2.4.    Appellant heeft als belangrijkste bezwaar aangevoerd dat het perceel waarop de vergunning ziet niet door vergunninghoudster kan worden gebruikt, aangezien het gebruikrecht hiervan bij hem berust.
Daargelaten de juistheid van deze stelling overweegt de Afdeling dat de vraag of een vergunningaanvrager al dan niet beschikt over het gebruiksrecht van een perceel een privaatrechtelijke kwestie betreft, die geen rol speelt bij de beoordeling of een vergunning krachtens de Wet milieubeheer kan worden verleend.
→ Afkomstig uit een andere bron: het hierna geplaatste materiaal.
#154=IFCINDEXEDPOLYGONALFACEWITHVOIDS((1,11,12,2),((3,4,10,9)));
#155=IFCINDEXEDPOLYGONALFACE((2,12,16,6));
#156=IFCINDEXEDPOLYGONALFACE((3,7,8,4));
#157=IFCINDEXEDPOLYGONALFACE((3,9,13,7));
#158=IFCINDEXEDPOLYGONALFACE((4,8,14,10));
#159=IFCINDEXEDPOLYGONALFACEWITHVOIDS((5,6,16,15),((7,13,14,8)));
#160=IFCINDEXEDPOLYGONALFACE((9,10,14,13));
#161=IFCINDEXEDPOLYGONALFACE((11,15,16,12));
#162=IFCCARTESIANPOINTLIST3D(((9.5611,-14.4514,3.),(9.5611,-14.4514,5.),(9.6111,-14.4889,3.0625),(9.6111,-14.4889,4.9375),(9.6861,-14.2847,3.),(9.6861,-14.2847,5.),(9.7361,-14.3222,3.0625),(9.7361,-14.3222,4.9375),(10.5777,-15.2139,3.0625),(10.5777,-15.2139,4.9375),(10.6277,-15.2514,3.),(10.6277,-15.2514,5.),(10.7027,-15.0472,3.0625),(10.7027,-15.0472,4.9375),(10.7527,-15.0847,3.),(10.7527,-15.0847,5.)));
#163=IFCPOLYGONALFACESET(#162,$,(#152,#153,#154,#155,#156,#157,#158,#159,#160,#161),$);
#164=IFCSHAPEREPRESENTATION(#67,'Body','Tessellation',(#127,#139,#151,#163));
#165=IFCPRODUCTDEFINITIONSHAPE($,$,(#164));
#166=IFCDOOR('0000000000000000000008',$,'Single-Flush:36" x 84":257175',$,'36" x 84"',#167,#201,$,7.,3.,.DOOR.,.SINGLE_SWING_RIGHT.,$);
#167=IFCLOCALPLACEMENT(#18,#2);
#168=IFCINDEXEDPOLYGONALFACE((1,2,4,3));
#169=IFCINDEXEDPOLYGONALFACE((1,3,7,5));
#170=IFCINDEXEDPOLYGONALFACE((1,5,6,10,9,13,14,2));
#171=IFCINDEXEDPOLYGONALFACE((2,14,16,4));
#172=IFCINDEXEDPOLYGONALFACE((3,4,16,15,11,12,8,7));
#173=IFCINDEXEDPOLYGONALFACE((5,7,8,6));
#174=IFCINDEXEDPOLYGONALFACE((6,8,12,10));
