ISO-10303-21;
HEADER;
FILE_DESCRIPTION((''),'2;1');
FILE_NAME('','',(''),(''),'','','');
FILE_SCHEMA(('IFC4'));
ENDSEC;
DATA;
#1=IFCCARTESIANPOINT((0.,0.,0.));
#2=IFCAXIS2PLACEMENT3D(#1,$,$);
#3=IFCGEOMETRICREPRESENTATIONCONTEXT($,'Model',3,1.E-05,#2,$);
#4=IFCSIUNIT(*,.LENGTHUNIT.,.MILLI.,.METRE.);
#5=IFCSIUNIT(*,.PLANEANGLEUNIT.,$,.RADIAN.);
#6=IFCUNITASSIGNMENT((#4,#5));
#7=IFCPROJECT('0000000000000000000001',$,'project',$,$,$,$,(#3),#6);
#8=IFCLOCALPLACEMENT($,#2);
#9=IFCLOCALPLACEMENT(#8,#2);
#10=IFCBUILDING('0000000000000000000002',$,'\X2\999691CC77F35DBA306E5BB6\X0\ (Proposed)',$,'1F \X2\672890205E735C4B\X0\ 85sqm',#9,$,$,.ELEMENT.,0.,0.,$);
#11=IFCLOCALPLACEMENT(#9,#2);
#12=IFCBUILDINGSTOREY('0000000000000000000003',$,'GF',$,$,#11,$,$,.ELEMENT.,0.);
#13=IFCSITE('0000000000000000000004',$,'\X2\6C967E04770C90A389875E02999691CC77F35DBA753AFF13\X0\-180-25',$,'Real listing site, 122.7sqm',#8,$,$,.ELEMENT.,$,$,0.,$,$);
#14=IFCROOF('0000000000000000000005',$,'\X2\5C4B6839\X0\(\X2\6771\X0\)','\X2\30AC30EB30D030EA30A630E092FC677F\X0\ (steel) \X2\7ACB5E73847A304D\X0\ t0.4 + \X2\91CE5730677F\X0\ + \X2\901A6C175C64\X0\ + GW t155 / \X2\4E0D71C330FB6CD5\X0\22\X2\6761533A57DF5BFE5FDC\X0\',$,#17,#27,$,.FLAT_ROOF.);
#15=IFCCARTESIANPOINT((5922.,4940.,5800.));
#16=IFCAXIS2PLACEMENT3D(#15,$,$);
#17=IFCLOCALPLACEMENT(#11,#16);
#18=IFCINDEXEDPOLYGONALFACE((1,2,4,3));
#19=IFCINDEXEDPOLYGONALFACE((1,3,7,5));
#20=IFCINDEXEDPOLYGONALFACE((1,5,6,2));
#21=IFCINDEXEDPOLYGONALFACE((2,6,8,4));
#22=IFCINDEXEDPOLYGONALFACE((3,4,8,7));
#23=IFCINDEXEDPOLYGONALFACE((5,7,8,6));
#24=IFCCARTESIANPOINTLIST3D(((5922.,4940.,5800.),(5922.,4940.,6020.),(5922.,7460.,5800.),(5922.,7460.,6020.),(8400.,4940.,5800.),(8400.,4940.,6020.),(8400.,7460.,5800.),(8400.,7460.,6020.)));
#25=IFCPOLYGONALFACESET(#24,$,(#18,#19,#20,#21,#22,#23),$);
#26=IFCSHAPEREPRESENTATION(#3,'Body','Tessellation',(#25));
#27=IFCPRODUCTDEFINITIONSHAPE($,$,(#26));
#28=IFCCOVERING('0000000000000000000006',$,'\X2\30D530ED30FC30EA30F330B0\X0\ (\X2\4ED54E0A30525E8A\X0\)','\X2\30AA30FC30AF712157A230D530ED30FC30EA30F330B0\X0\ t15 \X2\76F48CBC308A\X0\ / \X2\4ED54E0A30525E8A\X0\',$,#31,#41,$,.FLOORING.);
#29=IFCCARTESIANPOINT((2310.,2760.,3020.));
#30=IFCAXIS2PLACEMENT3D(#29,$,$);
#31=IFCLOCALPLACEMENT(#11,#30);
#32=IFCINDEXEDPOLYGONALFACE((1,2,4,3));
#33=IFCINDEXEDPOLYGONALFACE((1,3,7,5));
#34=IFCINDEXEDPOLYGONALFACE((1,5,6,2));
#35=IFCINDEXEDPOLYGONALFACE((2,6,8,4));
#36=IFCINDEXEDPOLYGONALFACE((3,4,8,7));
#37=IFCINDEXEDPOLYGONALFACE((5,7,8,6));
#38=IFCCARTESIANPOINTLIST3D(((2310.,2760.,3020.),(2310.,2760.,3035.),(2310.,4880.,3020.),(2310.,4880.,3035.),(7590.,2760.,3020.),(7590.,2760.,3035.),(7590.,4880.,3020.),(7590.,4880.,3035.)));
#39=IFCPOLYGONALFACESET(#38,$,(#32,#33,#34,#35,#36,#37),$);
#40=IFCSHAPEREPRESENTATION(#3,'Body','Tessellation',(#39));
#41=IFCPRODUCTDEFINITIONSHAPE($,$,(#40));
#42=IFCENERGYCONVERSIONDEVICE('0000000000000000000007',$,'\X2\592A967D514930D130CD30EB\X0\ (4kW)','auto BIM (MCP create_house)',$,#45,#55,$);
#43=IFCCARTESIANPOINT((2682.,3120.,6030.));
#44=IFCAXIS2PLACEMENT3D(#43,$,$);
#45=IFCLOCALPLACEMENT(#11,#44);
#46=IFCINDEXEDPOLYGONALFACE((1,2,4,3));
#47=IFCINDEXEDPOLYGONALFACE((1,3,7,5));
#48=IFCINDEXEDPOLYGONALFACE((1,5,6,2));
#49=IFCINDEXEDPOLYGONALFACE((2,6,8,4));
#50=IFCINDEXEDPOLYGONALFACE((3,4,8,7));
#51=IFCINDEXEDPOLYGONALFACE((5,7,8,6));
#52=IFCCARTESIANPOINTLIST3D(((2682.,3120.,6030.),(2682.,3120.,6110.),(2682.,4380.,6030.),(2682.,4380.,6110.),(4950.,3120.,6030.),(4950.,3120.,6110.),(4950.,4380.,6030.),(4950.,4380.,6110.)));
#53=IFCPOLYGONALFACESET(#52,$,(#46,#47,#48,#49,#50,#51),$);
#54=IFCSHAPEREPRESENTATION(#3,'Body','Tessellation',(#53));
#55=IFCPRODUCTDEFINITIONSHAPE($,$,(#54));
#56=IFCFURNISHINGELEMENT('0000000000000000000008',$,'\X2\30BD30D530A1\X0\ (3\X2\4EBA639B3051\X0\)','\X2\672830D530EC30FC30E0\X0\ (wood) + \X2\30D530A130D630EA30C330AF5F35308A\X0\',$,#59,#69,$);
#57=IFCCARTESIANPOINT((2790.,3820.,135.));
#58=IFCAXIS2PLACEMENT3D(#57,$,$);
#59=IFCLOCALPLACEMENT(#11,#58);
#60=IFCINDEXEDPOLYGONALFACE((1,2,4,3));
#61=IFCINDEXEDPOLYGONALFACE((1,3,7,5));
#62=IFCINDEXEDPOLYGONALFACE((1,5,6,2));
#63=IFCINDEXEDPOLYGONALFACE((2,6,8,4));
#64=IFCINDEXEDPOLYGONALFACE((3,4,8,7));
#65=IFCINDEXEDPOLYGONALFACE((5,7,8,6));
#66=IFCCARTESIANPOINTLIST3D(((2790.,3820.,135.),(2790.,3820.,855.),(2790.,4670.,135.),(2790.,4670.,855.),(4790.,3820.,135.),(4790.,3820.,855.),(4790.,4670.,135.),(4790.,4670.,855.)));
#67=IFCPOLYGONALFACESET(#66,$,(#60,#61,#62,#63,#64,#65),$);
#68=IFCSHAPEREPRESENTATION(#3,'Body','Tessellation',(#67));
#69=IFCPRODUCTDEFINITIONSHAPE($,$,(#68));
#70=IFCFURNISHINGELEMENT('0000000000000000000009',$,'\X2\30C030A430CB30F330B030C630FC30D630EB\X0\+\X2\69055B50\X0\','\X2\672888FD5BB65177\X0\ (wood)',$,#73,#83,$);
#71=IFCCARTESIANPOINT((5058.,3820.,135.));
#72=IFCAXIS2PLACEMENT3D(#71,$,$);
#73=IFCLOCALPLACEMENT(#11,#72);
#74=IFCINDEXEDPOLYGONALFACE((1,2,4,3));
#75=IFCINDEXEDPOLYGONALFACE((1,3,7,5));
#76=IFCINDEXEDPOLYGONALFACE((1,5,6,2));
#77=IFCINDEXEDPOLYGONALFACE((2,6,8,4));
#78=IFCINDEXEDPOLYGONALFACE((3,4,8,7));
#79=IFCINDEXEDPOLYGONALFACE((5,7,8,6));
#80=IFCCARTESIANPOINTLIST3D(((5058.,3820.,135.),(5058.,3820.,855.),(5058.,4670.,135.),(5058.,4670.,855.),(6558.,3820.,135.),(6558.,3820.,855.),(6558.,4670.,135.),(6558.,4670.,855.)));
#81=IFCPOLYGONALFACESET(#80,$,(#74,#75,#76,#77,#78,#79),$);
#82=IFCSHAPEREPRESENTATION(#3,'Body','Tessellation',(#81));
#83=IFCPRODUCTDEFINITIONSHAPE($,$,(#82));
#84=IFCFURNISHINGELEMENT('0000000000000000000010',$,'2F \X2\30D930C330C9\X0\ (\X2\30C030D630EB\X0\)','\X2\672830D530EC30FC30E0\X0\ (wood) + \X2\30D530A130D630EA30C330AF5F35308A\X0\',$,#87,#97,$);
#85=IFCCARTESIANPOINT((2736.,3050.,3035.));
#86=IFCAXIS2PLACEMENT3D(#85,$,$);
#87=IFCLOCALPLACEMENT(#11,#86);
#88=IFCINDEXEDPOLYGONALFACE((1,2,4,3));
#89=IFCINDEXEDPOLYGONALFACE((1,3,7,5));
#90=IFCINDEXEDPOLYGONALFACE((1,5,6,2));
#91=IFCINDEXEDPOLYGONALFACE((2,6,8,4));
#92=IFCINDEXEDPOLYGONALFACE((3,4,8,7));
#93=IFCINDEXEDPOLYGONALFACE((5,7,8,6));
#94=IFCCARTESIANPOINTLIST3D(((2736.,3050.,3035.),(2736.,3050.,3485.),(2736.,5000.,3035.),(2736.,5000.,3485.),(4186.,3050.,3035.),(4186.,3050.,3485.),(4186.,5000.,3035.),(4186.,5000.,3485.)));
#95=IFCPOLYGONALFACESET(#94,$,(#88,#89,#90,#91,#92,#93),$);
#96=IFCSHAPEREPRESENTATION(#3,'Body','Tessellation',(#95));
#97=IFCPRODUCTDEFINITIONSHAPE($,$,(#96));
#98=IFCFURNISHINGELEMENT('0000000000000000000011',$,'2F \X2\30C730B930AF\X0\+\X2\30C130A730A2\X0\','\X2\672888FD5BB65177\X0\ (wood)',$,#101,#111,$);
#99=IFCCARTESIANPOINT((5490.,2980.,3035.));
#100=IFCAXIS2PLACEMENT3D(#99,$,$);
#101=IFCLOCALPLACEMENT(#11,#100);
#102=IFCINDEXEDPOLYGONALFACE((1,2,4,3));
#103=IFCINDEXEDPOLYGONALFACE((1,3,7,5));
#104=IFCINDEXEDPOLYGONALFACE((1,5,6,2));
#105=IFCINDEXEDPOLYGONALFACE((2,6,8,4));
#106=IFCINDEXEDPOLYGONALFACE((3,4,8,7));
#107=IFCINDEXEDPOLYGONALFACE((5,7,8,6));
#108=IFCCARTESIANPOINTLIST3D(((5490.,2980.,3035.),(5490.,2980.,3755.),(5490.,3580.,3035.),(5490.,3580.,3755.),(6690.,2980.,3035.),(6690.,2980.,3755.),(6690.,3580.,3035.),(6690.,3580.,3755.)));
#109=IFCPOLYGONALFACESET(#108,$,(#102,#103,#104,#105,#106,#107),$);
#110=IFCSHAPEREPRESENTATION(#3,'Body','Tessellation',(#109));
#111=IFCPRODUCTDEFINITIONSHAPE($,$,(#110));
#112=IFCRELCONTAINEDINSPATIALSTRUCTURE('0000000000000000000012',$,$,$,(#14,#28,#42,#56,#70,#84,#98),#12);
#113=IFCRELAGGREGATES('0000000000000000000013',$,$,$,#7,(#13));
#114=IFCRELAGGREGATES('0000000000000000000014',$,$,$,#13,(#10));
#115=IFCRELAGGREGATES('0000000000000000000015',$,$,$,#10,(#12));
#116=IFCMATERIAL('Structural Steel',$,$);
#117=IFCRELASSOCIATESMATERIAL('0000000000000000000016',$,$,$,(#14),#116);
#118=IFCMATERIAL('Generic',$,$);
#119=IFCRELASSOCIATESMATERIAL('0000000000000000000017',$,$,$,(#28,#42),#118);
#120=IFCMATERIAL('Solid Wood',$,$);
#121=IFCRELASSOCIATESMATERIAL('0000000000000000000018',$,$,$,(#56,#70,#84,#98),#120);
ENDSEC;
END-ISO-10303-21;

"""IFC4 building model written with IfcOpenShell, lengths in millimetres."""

from ifc_helpers import new_model, si_unit, frame, frame_2d, origin, place, context, project, spatial, rectangle, extrude, material, element, save


model = new_model("IFC4")

# Units and contexts
model_context = context("Model", 3, precision=1e-05, world=origin())
ifc_project = project(units=[si_unit("LENGTHUNIT", "METRE", prefix="MILLI"), si_unit("PLANEANGLEUNIT", "RADIAN")], contexts=[model_context])

# Site, building, storey
site_placement = place(None, origin())
site = spatial("IfcSite", under=ifc_project, at=site_placement, Name="沖縄県那覇市首里石嶺町３-180-25", ObjectType="Real listing site, 122.7sqm", CompositionType="ELEMENT", RefElevation=0.0)
building_placement = place(site_placement, origin())
building = spatial("IfcBuilding", under=site, at=building_placement, Name="首里石嶺の家 (Proposed)", ObjectType="1F 木造平屋 85sqm", CompositionType="ELEMENT", ElevationOfRefHeight=0.0, ElevationOfTerrain=0.0)
storey_placement = place(building_placement, origin())
storey = spatial("IfcBuildingStorey", under=building, at=storey_placement, Name="GF", CompositionType="ELEMENT", Elevation=0.0)

# Shared definitions
ifc_material_1 = material(Name="Solid Wood")

# Roof
ifc_material_2 = material(Name="Structural Steel")
roof_1_placement = place(storey_placement, frame((5922.0, 4940.0, 5800.0)))
element("IfcRoof", 1, at=roof_1_placement, inside=storey, material=ifc_material_2, Name="屋根(東)", Description="ガルバリウム鋼板 (steel) 立平葺き t0.4 + 野地板 + 通気層 + GW t155 / 不燃・法22条区域対応", PredefinedType="FLAT_ROOF", context=model_context, shape_type="SweptSolid", body=[
    extrude(rectangle(XDim=2478.0, YDim=2520.0, at=frame_2d((1239.0, 1260.0))), frame((5922.0, 4940.0, 5800.0)), (0.0, 0.0, 1.0), 220.0),
])

# Covering
ifc_material_3 = material(Name="Generic")
covering_placement = place(storey_placement, frame((2310.0, 2760.0, 3020.0)))
element("IfcCovering", 2, at=covering_placement, inside=storey, material=ifc_material_3, Name="フローリング (仕上げ床)", Description="オーク無垢フローリング t15 直貼り / 仕上げ床", PredefinedType="FLOORING", context=model_context, shape_type="SweptSolid", body=[
    extrude(rectangle(XDim=5280.0, YDim=2120.0, at=frame_2d((2640.0, 1060.0))), frame((2310.0, 2760.0, 3020.0)), (0.0, 0.0, 1.0), 15.0),
])

# Energy conversion device
energy_conversion_device_placement = place(storey_placement, frame((2682.0, 3120.0, 6030.0)))
element("IfcEnergyConversionDevice", 3, at=energy_conversion_device_placement, inside=storey, material=ifc_material_3, Name="太陽光パネル (4kW)", Description="auto BIM (MCP create_house)", context=model_context, shape_type="SweptSolid", body=[
    extrude(rectangle(XDim=2268.0, YDim=1260.0, at=frame_2d((1134.0, 630.0))), frame((2682.0, 3120.0, 6030.0)), (0.0, 0.0, 1.0), 80.0),
])

# Furnishing elements
furnishing_1_placement = place(storey_placement, frame((2790.0, 3820.0, 135.0)))
element("IfcFurnishingElement", 4, at=furnishing_1_placement, inside=storey, material=ifc_material_1, Name="ソファ (3人掛け)", Description="木フレーム (wood) + ファブリック張り", context=model_context, shape_type="SweptSolid", body=[
    extrude(rectangle(XDim=2000.0, YDim=850.0, at=frame_2d((1000.0, 425.0))), frame((2790.0, 3820.0, 135.0)), (0.0, 0.0, 1.0), 720.0),
])
furnishing_2_placement = place(storey_placement, frame((5058.0, 3820.0, 135.0)))
element("IfcFurnishingElement", 5, at=furnishing_2_placement, inside=storey, material=ifc_material_1, Name="ダイニングテーブル+椅子", Description="木製家具 (wood)", context=model_context, shape_type="SweptSolid", body=[
    extrude(rectangle(XDim=1500.0, YDim=850.0, at=frame_2d((750.0, 425.0))), frame((5058.0, 3820.0, 135.0)), (0.0, 0.0, 1.0), 720.0),
])
furnishing_3_placement = place(storey_placement, frame((2736.0, 3050.0, 3035.0)))
element("IfcFurnishingElement", 6, at=furnishing_3_placement, inside=storey, material=ifc_material_1, Name="2F ベッド (ダブル)", Description="木フレーム (wood) + ファブリック張り", context=model_context, shape_type="SweptSolid", body=[
    extrude(rectangle(XDim=1450.0, YDim=1950.0, at=frame_2d((725.0, 975.0))), frame((2736.0, 3050.0, 3035.0)), (0.0, 0.0, 1.0), 450.0),
])
furnishing_4_placement = place(storey_placement, frame((5490.0, 2980.0, 3035.0)))
element("IfcFurnishingElement", 7, at=furnishing_4_placement, inside=storey, material=ifc_material_1, Name="2F デスク+チェア", Description="木製家具 (wood)", context=model_context, shape_type="SweptSolid", body=[
    extrude(rectangle(XDim=1200.0, YDim=600.0, at=frame_2d((600.0, 300.0))), frame((5490.0, 2980.0, 3035.0)), (0.0, 0.0, 1.0), 720.0),
])

save(model, "model.ifc")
Op grond van artikel 8.10, eerste lid, van die wet kan de vergunning slechts worden geweigerd in het belang van de bescherming van het milieu.
2.5.    Voor het overige heeft appellant zich in het beroepschrift beperkt tot het verwijzen naar de tegen het ontwerp van het besluit ingebrachte bedenkingen. In de considerans van het bestreden besluit is verweerder ingegaan op deze bedenkingen. Appellant heeft noch in het beroepschrift, noch ter zitting redenen aangevoerd waarom de weerlegging van de desbetreffende bedenkingen in het bestreden besluit onjuist zou zijn. Ook voor het overige is niet gebleken dat die weerlegging van de bedenkingen onjuist zou zijn.
2.6.    Het beroep is ongegrond.
2.7.    Voor een proceskostenveroordeling bestaat geen aanleiding.
3.    Beslissing
De Afdeling bestuursrechtspraak van de Raad van State
Recht doende in naam der Koningin:
verklaart het beroep ongegrond.
Aldus vastgesteld door mr. H. Beekhuis, Lid van de enkelvoudige kamer, in tegenwoordigheid van mr. W.M.P. van Gemert, ambtenaar van Staat.
w.g. Beekhuis    w.g. Van Gemert
Lid van de enkelvoudige kamer    ambtenaar van Staat
Uitgesproken in het openbaar op 27 juli 2005
243-492.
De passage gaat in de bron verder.